In February, Radio France celebrated Benjamin’s music in Paris with an impressive and compendious focus at the Présences Festival. From concert performances of two operas, to chamber and orchestral works, over ten pieces were included in what was a resounding confirmation of Benjamin’s importance in French musical life.
 
 
In the opening concert Benjamin conducted the Orchestre National de France in his Duet for piano and orchestra and Palimpsests. Pascal Rophé conducted the same orchestra in Sudden Time, while Kent Nagano led the Orchestre Philharmonique et Chœur de Radio France in Sometime Voices, with baritone Gyula Orendt. Ensemble Intercontemporain presented Into the Little Hill, and Benjamin conducted Written on Skin with the Orchestre Philharmonique de Radio France (a performance which was repeated in Vienna).
 
 
‘A brilliant edition of Présences… a portrait commensurate with Benjamin’s excellence. Here we have a master in the old sense… isolating himself for months on end to chisel away at scores that have the purity of diamonds.
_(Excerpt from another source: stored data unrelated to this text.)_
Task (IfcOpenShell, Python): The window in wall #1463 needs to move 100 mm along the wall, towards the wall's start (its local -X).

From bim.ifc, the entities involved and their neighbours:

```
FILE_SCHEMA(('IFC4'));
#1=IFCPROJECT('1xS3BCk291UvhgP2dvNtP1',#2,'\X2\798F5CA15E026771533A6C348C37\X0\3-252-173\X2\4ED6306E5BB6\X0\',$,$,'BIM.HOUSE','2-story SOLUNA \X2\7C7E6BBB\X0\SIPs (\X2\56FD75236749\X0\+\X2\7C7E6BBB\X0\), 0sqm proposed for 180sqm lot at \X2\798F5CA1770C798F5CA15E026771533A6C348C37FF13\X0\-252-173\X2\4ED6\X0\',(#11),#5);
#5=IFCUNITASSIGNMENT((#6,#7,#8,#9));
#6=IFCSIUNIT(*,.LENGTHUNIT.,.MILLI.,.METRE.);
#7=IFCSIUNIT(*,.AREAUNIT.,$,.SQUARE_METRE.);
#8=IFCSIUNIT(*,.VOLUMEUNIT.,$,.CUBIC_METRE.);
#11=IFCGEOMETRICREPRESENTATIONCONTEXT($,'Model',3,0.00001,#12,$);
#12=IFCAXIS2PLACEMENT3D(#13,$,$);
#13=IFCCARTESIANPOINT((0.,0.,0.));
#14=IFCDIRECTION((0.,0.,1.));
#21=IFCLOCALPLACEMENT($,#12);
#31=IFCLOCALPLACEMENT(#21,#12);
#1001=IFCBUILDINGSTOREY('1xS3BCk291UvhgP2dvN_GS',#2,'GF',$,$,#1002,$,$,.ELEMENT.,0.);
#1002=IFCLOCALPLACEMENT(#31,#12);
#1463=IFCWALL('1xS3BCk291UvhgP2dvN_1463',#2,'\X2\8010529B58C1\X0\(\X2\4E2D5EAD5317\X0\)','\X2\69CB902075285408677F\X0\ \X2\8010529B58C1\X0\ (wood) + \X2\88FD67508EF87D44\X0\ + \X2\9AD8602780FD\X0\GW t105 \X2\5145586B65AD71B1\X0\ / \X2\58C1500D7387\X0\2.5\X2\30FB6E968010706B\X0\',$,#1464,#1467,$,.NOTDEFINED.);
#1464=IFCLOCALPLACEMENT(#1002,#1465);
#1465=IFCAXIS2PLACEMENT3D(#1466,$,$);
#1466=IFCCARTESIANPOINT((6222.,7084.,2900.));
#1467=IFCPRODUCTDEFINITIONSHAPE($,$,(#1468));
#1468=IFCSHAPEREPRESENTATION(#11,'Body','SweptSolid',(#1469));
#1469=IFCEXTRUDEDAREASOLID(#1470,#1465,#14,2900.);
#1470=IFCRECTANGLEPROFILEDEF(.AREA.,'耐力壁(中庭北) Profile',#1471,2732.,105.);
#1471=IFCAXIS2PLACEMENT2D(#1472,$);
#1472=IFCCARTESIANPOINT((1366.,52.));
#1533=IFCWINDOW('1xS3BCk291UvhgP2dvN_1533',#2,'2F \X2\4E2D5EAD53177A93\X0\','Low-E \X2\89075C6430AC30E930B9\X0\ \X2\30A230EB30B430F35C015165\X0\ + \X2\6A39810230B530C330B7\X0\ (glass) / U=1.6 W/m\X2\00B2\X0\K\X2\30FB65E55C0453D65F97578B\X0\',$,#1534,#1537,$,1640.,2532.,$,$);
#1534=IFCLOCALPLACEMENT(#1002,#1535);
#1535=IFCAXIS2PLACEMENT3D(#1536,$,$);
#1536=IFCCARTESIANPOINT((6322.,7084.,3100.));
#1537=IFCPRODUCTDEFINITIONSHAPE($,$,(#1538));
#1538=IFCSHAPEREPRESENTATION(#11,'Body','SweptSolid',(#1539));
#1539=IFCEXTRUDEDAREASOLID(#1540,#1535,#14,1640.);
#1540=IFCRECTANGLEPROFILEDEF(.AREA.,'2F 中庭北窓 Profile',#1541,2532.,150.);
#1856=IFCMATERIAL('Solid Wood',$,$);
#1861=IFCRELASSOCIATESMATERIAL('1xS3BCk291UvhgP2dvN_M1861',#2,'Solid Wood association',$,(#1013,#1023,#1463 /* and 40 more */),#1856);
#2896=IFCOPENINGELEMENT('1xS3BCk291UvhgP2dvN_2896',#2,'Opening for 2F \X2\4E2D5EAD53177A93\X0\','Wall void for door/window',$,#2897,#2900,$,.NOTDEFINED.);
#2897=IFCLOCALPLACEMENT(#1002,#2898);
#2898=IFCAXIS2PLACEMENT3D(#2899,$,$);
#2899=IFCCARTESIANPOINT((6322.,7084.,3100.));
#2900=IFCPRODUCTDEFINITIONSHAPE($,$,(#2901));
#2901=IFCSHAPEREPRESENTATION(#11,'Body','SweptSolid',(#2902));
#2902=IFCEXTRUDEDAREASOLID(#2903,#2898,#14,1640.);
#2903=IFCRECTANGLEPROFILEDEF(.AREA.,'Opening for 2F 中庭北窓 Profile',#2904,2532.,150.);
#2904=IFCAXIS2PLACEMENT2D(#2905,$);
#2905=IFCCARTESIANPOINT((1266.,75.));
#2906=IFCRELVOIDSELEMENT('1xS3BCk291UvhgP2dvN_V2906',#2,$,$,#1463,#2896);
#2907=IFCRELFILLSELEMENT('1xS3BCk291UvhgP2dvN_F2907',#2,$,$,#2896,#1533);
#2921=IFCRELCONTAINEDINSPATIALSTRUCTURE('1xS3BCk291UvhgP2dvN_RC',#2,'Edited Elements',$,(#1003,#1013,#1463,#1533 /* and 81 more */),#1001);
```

```python
import ifcopenshell
import ifcopenshell.api.geometry
import ifcopenshell.util.placement
import ifcopenshell.util.unit

model = ifcopenshell.open("bim.ifc")
unit_scale = ifcopenshell.util.unit.calculate_unit_scale(model)

window = model.by_id(1533)
opening = window.FillsVoids[0].RelatingOpeningElement
wall = opening.VoidsElements[0].RelatingBuildingElement

wall_matrix = ifcopenshell.util.placement.get_local_placement(wall.ObjectPlacement)
shift = wall_matrix[:3, 0] * -0.1 / unit_scale
before = ifcopenshell.util.placement.get_local_placement(window.ObjectPlacement)[:3, 3].copy()

# The window is not placed relative to its opening, so move both.
for product in (opening, window):
    matrix = ifcopenshell.util.placement.get_local_placement(product.ObjectPlacement)
    matrix[:3, 3] += shift
    ifcopenshell.api.geometry.edit_object_placement(model, product=product, matrix=matrix, is_si=False)

after = ifcopenshell.util.placement.get_local_placement(window.ObjectPlacement)[:3, 3]
print("window moved by", (after - before).round(3) + 0.0)

model.write("bim_edited.ifc")
```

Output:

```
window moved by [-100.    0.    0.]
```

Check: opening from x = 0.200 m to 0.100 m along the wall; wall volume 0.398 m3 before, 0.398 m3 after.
Nothing is left to chance, and yet music seems to be constantly inventing itself… we are once again confounded by his mastery of the orchestra… The highlight was Written on Skin, his greatest triumph to date.’
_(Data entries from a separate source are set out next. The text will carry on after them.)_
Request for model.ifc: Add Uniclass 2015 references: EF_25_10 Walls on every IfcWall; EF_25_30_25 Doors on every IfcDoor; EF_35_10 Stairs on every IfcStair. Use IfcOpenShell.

First a look at what the model holds.

```python
import ifcopenshell

model = ifcopenshell.open("model.ifc")
print(model.schema)
print("classifications:", [c.Name for c in model.by_type("IfcClassification")])
for ifc_class in ("IfcDoor", "IfcRoof", "IfcStair", "IfcWall", "IfcWindow"):
    print(ifc_class, len(model.by_type(ifc_class)))
```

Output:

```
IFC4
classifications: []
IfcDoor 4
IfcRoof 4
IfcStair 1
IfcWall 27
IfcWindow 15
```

```python
import ifcopenshell
import ifcopenshell.api.classification

model = ifcopenshell.open("model.ifc")

system = ifcopenshell.api.classification.add_classification(model, classification="Uniclass 2015")

codes = {
    "IfcWall": ("EF_25_10", "Walls"),
    "IfcDoor": ("EF_25_30_25", "Doors"),
    "IfcStair": ("EF_35_10", "Stairs"),
}
for ifc_class, (code, name) in codes.items():
    products = model.by_type(ifc_class)
    ifcopenshell.api.classification.add_reference(
        model, products=products, classification=system, identification=code, name=name
    )
    print(code, len(products))

model.write("model_v2.ifc")
```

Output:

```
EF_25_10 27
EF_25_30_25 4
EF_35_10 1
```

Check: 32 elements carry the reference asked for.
Le Figaro (Christian Merlin), 18 February 2020
 
 
Palimpsests impresses with its formal perfection and a virtuosity of technique which, although hardly perceptible, contributes to the impression of the music’s progress being inexorable… The climax came with Written on Skin. The dramaturgy is written into the DNA of text and music… [in concert] we gain tenfold in our perception of the incredible refinement of the orchestral writing, whose depth of field opens up grandiose acoustic and dramatic spaces… It may be Benjamin’s birthday, but it is the public that receives a gift.’
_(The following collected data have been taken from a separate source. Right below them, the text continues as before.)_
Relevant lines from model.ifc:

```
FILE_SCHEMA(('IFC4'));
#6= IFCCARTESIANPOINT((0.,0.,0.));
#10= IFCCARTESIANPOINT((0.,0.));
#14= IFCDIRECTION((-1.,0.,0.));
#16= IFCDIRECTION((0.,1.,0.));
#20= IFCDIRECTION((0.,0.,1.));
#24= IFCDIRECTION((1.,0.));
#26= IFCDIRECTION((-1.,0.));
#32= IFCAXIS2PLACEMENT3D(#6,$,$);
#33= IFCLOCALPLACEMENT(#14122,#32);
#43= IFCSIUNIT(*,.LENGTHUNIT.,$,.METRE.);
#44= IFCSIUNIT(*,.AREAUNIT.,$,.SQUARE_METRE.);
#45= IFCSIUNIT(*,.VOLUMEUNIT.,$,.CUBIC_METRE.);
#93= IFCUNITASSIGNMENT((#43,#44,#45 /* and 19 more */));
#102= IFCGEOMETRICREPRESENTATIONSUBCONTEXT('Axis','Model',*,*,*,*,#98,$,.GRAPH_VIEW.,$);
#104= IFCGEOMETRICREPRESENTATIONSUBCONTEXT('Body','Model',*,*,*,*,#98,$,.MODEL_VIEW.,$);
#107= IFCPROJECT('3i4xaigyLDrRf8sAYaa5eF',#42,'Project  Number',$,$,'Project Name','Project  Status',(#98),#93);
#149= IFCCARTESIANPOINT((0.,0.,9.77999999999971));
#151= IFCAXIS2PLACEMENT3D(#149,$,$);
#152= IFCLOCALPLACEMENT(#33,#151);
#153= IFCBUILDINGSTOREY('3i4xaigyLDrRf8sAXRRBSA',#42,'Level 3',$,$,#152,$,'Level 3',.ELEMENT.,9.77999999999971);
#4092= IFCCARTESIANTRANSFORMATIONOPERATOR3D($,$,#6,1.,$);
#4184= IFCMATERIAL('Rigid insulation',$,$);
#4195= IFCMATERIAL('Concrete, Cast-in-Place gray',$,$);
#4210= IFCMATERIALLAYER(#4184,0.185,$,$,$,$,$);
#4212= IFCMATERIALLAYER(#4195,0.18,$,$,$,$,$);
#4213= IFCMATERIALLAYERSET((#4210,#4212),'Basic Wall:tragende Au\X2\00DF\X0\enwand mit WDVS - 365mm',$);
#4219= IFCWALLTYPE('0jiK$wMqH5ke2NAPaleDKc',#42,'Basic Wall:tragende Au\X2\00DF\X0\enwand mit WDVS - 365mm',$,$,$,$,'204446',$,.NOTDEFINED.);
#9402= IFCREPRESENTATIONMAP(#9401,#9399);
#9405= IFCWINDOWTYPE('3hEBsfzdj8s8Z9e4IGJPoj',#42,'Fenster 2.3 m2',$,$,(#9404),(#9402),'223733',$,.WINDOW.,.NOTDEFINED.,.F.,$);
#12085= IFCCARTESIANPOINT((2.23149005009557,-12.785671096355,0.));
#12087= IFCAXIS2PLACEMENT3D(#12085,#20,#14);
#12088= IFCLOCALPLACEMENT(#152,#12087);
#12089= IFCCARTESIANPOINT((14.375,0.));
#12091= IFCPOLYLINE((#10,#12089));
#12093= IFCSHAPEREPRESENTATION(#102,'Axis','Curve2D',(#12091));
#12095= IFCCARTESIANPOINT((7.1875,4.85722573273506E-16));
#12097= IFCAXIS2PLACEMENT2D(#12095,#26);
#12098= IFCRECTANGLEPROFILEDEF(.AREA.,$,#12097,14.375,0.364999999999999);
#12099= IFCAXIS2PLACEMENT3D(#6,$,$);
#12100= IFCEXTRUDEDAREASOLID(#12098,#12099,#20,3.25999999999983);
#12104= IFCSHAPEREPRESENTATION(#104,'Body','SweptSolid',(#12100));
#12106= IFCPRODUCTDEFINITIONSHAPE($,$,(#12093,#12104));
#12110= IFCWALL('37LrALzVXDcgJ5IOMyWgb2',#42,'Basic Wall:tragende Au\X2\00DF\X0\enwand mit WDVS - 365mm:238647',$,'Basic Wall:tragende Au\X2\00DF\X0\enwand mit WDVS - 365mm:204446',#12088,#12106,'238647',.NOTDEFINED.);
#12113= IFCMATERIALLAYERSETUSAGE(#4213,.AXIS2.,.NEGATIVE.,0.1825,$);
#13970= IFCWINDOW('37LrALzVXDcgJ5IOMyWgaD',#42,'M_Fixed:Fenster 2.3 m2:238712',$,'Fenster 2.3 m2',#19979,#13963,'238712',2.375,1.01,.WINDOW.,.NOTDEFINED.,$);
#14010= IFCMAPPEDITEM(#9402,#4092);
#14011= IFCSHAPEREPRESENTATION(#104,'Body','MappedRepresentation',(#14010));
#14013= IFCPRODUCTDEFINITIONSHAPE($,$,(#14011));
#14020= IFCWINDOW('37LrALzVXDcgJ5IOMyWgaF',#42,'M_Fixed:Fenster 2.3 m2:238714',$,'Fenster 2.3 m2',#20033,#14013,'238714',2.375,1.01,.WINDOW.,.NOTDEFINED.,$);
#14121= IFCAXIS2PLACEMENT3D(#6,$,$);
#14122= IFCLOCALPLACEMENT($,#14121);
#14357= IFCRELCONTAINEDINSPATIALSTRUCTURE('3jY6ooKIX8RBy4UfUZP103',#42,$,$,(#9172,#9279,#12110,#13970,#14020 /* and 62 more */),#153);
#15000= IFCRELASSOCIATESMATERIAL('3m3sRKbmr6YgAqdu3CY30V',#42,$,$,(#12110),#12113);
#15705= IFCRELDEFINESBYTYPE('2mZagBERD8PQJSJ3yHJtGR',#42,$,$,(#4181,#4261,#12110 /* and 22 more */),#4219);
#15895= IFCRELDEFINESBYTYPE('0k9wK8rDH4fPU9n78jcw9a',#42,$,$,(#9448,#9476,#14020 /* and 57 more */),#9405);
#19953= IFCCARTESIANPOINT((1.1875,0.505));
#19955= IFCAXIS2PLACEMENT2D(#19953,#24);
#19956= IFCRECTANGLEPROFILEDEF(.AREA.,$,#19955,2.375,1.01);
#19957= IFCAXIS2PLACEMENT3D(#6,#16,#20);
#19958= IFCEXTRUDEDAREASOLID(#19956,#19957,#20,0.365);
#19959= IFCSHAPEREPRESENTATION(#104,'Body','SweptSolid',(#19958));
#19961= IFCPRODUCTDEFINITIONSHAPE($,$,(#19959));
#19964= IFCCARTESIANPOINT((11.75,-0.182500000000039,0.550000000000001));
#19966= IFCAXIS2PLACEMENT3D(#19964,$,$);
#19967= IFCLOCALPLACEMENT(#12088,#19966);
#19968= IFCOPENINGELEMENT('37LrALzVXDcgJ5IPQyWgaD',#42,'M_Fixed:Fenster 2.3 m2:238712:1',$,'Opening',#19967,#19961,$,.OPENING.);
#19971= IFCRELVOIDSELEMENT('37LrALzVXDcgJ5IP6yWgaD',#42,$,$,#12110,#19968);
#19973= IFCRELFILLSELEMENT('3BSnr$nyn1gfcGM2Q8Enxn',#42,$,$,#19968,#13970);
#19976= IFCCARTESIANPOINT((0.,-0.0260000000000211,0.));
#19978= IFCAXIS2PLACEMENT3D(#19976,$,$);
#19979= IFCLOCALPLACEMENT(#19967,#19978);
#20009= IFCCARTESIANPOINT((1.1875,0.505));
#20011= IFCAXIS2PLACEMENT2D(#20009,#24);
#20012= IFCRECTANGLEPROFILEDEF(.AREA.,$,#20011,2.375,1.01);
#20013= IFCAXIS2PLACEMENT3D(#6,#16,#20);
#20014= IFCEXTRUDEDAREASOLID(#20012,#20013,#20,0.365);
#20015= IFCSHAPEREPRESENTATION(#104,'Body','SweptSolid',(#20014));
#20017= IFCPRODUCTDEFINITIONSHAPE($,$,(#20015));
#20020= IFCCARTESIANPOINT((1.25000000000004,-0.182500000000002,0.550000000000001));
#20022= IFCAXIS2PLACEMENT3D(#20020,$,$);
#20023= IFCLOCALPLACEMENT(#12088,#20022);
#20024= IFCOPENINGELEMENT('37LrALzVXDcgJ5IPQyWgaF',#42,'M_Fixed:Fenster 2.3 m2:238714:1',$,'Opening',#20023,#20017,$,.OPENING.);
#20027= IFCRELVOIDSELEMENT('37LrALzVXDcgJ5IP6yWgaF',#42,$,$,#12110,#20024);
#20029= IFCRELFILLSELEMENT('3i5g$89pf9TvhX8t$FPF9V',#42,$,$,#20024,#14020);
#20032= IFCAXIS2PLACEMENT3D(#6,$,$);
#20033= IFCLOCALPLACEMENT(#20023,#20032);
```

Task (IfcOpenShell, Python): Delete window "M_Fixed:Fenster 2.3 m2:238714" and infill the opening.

```python
import ifcopenshell
import ifcopenshell.api.feature
import ifcopenshell.api.root
import ifcopenshell.geom
import ifcopenshell.util.shape

model = ifcopenshell.open("model.ifc")
settings = ifcopenshell.geom.settings()


def volume(element):
    """Net volume in cubic metres, openings subtracted."""
    shape = ifcopenshell.geom.create_shape(settings, element)
    return ifcopenshell.util.shape.get_volume(shape.geometry)


window = model.by_id(14020)
opening = window.FillsVoids[0].RelatingOpeningElement
wall = opening.VoidsElements[0].RelatingBuildingElement
before = volume(wall)

ifcopenshell.api.root.remove_product(model, product=window)
ifcopenshell.api.feature.remove_feature(model, feature=opening)

after = volume(wall)

print(f"wall volume {before:.3f} -> {after:.3f} m3")

model.write("model_v2.ifc")
```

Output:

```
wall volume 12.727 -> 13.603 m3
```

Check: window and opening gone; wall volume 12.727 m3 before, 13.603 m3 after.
Diapason (Pierre Rigaudière), 22 February 2020
 
 
‘[In Duet] Benjamin imagines all kinds of instrumental alloys between the timbres of orchestra and piano, with an almost cinematographic trajectory, where images and soundscapes pass by, as enigmatic as they are delectable… Palimpsests [is] one of Benjamin’s orchestral masterworks… an extraordinary sonic imagination. The palette is extravagantly rich and the alloys of timbres are always surprising. [Benjamin] leads the orchestra to speak with a rare acuity, conferring both the energy of the sound and the sensuality of the material.’